Rainbow Dash as an alien? That doesn't seem hugely likely, although since I managed to inspect all the obviously suspicious players and turn up with nothing I guess it's a possibility. Harrumph. I FINALLY GET A HIT AND THIS IS HOW YOU PRAISE ME.

man, I hate aliens.


----------



## Coloursfall (Sep 27, 2011)

*Re: My Little Pony: FIM Mafia*

There's always the possibility of mafia roles who inspect as innocent. Since we're all ponies and all that. But that seems kinda...i dunno, derp.


----------



## Zora of Termina (Sep 27, 2011)

*Re: My Little Pony: FIM Mafia*

Well, who else is alive that you haven't inspected yet then?


----------



## Mai (Sep 27, 2011)

*Re: My Little Pony: FIM Mafia*

This pretty much says outright the mafia was active last night; it also makes it fairly obvious the kill (if there was only one) was prevented by a heal instead of an alien.

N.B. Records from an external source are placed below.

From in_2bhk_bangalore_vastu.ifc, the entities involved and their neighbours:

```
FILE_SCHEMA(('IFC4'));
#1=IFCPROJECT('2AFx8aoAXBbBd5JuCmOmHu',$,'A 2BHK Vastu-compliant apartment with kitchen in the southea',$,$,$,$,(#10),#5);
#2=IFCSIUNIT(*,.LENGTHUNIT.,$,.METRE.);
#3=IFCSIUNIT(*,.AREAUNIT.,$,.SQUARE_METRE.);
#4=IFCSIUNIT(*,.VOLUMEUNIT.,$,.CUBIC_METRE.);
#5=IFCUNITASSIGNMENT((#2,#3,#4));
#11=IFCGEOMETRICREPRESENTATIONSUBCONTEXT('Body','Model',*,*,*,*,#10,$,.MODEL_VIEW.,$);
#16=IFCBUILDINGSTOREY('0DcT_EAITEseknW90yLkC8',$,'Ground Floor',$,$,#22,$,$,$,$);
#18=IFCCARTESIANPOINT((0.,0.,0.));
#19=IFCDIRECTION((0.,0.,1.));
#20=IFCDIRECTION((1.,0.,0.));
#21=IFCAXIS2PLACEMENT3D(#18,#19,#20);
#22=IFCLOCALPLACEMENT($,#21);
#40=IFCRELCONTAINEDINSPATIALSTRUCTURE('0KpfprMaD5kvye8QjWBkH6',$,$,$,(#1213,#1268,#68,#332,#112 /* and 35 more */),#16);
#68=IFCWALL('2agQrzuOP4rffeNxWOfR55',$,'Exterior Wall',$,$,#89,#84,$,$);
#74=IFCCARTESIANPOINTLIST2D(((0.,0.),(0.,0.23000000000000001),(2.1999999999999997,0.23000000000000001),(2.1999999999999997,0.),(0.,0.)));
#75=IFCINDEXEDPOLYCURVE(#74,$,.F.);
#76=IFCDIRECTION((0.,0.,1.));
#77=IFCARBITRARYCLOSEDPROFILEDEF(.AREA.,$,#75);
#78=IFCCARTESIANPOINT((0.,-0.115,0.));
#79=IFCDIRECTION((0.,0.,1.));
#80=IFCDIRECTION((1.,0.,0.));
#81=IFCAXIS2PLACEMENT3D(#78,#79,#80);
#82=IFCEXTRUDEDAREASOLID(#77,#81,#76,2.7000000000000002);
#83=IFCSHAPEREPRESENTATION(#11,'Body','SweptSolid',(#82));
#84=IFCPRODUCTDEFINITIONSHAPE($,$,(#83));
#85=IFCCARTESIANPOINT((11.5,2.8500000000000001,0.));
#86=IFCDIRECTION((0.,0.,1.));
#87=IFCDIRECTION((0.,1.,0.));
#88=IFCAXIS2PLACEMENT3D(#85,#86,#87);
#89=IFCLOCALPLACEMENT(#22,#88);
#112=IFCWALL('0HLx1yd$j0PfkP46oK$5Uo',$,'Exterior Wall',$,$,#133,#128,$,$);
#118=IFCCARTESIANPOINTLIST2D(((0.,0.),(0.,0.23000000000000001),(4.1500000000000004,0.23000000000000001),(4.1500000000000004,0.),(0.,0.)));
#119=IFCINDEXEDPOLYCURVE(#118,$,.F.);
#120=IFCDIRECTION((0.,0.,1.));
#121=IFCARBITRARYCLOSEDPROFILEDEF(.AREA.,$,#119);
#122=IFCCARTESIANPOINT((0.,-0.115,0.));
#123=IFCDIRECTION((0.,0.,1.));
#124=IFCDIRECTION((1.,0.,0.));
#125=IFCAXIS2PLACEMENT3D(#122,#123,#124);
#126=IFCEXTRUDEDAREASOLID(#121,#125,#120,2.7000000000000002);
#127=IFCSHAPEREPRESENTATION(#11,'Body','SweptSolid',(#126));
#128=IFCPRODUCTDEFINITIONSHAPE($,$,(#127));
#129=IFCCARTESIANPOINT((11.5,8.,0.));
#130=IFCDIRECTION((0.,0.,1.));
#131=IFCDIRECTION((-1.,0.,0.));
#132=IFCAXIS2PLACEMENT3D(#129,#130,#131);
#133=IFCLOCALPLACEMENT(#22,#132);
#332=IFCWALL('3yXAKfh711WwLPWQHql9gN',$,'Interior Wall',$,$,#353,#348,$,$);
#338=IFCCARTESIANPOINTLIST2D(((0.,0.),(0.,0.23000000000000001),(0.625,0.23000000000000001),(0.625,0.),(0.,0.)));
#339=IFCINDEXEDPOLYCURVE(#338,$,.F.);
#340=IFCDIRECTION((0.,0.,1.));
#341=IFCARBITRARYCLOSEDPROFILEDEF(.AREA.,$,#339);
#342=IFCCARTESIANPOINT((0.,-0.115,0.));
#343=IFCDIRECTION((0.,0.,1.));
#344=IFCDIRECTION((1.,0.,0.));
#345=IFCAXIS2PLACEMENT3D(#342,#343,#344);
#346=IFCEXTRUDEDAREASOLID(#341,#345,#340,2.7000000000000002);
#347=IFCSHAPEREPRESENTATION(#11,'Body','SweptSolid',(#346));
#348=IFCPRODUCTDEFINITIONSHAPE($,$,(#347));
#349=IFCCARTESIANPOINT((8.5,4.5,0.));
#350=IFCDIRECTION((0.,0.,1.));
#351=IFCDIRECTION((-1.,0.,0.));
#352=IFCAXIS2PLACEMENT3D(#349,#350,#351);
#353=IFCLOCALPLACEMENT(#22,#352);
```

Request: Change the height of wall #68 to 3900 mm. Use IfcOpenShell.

```python
import ifcopenshell
import ifcopenshell.geom
import ifcopenshell.util.representation
import ifcopenshell.util.shape

model = ifcopenshell.open("in_2bhk_bangalore_vastu.ifc")
settings = ifcopenshell.geom.settings()


def volume(element):
    """Net volume in cubic metres, openings subtracted."""
    shape = ifcopenshell.geom.create_shape(settings, element)
    return ifcopenshell.util.shape.get_volume(shape.geometry)


wall = model.by_id(68)
before = volume(wall)

body = ifcopenshell.util.representation.get_representation(wall, "Model", "Body")
solid = body.Items[0]
old_height = solid.Depth
solid.Depth = 3.9
after = volume(wall)

print(f"height {old_height:g} -> {solid.Depth:g}, volume {before:.3f} -> {after:.3f} m3")

model.write("in_2bhk_bangalore_vastu_rev.ifc")
```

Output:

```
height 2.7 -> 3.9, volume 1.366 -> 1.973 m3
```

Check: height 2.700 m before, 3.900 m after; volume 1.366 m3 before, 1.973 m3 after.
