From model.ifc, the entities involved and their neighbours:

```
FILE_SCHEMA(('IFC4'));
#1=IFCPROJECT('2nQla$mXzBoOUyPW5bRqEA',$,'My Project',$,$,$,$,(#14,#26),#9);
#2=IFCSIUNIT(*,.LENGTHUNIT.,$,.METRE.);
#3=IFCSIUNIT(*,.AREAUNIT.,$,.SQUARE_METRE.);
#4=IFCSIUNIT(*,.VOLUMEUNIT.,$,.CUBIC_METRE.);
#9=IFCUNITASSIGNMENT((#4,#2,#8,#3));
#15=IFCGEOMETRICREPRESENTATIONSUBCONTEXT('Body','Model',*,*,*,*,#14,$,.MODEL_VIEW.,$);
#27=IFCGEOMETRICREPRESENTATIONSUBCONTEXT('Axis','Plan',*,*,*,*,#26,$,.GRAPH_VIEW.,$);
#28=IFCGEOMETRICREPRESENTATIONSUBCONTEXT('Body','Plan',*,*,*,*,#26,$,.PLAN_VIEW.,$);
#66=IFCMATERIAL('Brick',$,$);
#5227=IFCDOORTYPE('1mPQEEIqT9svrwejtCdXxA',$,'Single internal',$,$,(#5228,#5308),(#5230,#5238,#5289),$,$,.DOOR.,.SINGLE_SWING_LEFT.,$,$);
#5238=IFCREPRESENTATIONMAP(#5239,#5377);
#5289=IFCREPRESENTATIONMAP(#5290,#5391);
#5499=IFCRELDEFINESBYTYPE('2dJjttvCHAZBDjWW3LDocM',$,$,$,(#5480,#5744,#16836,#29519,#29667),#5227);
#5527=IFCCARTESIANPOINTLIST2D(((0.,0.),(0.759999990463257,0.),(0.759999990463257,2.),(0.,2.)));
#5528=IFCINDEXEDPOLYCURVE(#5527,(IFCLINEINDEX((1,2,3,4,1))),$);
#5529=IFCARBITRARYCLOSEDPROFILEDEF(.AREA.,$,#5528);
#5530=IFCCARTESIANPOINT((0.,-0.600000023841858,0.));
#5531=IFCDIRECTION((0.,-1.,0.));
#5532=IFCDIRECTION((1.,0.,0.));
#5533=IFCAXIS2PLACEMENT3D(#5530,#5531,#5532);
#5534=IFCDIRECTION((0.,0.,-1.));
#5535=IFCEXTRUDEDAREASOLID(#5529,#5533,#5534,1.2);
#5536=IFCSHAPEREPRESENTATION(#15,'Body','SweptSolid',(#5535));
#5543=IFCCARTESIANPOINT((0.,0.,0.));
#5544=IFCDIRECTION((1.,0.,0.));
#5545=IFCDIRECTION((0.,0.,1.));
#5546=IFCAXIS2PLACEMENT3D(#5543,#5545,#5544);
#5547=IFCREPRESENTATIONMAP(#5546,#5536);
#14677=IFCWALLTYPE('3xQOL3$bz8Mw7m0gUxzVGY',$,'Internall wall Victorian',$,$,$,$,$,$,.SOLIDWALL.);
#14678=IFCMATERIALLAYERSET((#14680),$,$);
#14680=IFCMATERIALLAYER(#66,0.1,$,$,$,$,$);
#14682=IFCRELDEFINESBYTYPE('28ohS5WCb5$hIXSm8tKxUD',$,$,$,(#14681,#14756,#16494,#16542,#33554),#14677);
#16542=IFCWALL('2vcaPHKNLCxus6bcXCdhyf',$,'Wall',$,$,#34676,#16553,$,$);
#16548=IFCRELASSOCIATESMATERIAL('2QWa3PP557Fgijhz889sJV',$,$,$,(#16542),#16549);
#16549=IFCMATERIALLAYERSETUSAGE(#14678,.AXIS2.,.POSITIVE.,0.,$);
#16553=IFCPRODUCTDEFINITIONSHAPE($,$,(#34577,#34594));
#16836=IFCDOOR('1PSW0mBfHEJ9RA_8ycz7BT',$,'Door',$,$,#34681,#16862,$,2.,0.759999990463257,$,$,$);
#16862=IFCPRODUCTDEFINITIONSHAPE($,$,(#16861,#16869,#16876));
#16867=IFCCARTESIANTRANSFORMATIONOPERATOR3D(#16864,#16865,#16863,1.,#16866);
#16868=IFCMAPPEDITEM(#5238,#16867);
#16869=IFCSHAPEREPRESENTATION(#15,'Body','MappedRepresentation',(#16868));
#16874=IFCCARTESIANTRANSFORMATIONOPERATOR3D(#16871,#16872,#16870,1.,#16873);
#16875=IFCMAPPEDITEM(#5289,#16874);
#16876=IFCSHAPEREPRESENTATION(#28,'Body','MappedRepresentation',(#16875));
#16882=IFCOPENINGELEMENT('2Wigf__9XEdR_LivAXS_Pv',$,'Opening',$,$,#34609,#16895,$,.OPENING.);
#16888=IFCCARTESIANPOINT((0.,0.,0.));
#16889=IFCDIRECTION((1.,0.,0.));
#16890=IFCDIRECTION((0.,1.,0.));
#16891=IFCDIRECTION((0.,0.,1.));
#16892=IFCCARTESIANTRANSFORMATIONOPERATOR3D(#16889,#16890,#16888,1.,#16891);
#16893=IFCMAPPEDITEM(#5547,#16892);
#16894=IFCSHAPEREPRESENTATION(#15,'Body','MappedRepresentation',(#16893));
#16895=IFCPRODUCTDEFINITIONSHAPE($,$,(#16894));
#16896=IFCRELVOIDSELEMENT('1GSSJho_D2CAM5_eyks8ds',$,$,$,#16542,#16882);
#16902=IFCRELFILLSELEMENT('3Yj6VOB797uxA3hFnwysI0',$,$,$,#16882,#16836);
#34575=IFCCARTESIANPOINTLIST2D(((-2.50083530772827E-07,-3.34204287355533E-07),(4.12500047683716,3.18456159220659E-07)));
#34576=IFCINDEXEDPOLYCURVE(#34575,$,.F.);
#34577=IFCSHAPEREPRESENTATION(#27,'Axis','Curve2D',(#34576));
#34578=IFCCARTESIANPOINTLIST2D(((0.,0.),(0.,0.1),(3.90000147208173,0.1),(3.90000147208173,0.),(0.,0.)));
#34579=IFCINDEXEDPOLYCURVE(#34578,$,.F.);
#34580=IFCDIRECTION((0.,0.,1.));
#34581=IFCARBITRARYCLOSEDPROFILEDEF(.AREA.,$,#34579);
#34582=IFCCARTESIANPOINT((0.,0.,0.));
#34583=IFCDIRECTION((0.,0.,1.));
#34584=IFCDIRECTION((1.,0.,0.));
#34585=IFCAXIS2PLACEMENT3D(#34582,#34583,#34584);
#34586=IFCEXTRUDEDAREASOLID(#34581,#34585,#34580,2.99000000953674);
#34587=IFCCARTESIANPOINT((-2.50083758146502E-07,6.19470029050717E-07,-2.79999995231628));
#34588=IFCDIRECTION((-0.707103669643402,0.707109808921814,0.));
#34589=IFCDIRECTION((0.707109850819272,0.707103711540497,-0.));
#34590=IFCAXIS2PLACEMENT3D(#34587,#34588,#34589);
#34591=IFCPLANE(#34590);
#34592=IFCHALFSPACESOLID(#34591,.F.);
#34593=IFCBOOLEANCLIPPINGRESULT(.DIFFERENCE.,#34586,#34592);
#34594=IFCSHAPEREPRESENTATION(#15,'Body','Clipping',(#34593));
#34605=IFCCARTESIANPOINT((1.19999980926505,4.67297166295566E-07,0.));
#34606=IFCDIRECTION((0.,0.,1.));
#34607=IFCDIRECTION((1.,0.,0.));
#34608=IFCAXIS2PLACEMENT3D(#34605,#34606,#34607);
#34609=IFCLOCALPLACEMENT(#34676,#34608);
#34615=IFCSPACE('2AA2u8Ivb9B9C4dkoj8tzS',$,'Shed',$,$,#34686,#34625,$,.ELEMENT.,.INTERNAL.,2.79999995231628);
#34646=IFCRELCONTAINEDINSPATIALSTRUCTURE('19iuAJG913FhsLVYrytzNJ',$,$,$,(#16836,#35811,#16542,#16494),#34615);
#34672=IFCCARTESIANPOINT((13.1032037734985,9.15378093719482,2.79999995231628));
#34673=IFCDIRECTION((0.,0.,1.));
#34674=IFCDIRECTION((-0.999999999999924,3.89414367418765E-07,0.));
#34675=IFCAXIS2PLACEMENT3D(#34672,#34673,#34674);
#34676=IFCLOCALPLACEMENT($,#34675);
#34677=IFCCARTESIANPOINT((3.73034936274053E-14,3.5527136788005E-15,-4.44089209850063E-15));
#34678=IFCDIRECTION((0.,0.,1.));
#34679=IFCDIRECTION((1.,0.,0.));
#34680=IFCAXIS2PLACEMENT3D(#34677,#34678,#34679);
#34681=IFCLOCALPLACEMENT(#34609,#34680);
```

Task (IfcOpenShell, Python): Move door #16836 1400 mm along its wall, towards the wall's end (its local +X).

```python
import ifcopenshell
import ifcopenshell.api.geometry
import ifcopenshell.util.placement
import ifcopenshell.util.unit

model = ifcopenshell.open("model.ifc")
unit_scale = ifcopenshell.util.unit.calculate_unit_scale(model)

door = model.by_guid("1PSW0mBfHEJ9RA_8ycz7BT")
opening = door.FillsVoids[0].RelatingOpeningElement
wall = opening.VoidsElements[0].RelatingBuildingElement

wall_matrix = ifcopenshell.util.placement.get_local_placement(wall.ObjectPlacement)
shift = wall_matrix[:3, 0] * 1.4 / unit_scale
before = ifcopenshell.util.placement.get_local_placement(door.ObjectPlacement)[:3, 3].copy()

# The door is placed relative to its opening, so it follows when the opening moves.
matrix = ifcopenshell.util.placement.get_local_placement(opening.ObjectPlacement)
matrix[:3, 3] += shift
ifcopenshell.api.geometry.edit_object_placement(
    model, product=opening, matrix=matrix, is_si=False, should_transform_children=True
)

after = ifcopenshell.util.placement.get_local_placement(door.ObjectPlacement)[:3, 3]
print("door moved by", (after - before).round(3) + 0.0)

model.write("model-out.ifc")
```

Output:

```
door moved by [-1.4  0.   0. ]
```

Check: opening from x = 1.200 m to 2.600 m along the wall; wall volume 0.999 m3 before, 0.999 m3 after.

*Glace,* then. Wasn't there this thing about Fluttershy/Arylett being an active alien?  I'm not sure how Effercon could know, unless they activated her themself, but. What other questions did you ask?


----------



## Mai (Sep 27, 2011)

*Re: My Little Pony: FIM Mafia*

I believe the people she has/hasn't inspected are:

*(CUTIE MARK CRUSADERS UPDATED ROLE LIST!)*

Coloursfall- Pinkie (Oracle/Seer; confirmed innocent by Twilight Sparkle)
Zora of Termina- Luna (Healer; confirmed innocent by Twilight Sparkle)
Arylett Dawnsborough- Fluttershy (No claim; apparently alien?)
Ole_schooler- Spike (Dead, innocent)
Effercon- Gilda (Roleblocker; confirmed innocent by Twilight Sparkle)
Mai- Applebloom (Bodyguard; confirmed innocent by Twilight Sparkle)
Legendaryseeker99- Nightmare Moon (One-time vig, dead, innocent)
Stormecho- Zecora (Summoner, dead, innocent)
Glace- Rainbow Dash (No claim; confirmed mafia by Twilight Sparkle)
Twilight Sparkle- Twilight Sparkle (Inspector)
Squirrel- Rarity (Dead, innocent)
Zapi- Scootaloo (Vig)


----------



## Coloursfall (Sep 27, 2011)

*Re: My Little Pony: FIM Mafia*

I still think offing Glace is an incredibly stupid idea.


----------



## Zora of Termina (Sep 27, 2011)

*Re: My Little Pony: FIM Mafia*

Which would mean that either I or the other healer, provided they aren't dead, did get lucky, and the target was either you, Colours or a third, unknown person.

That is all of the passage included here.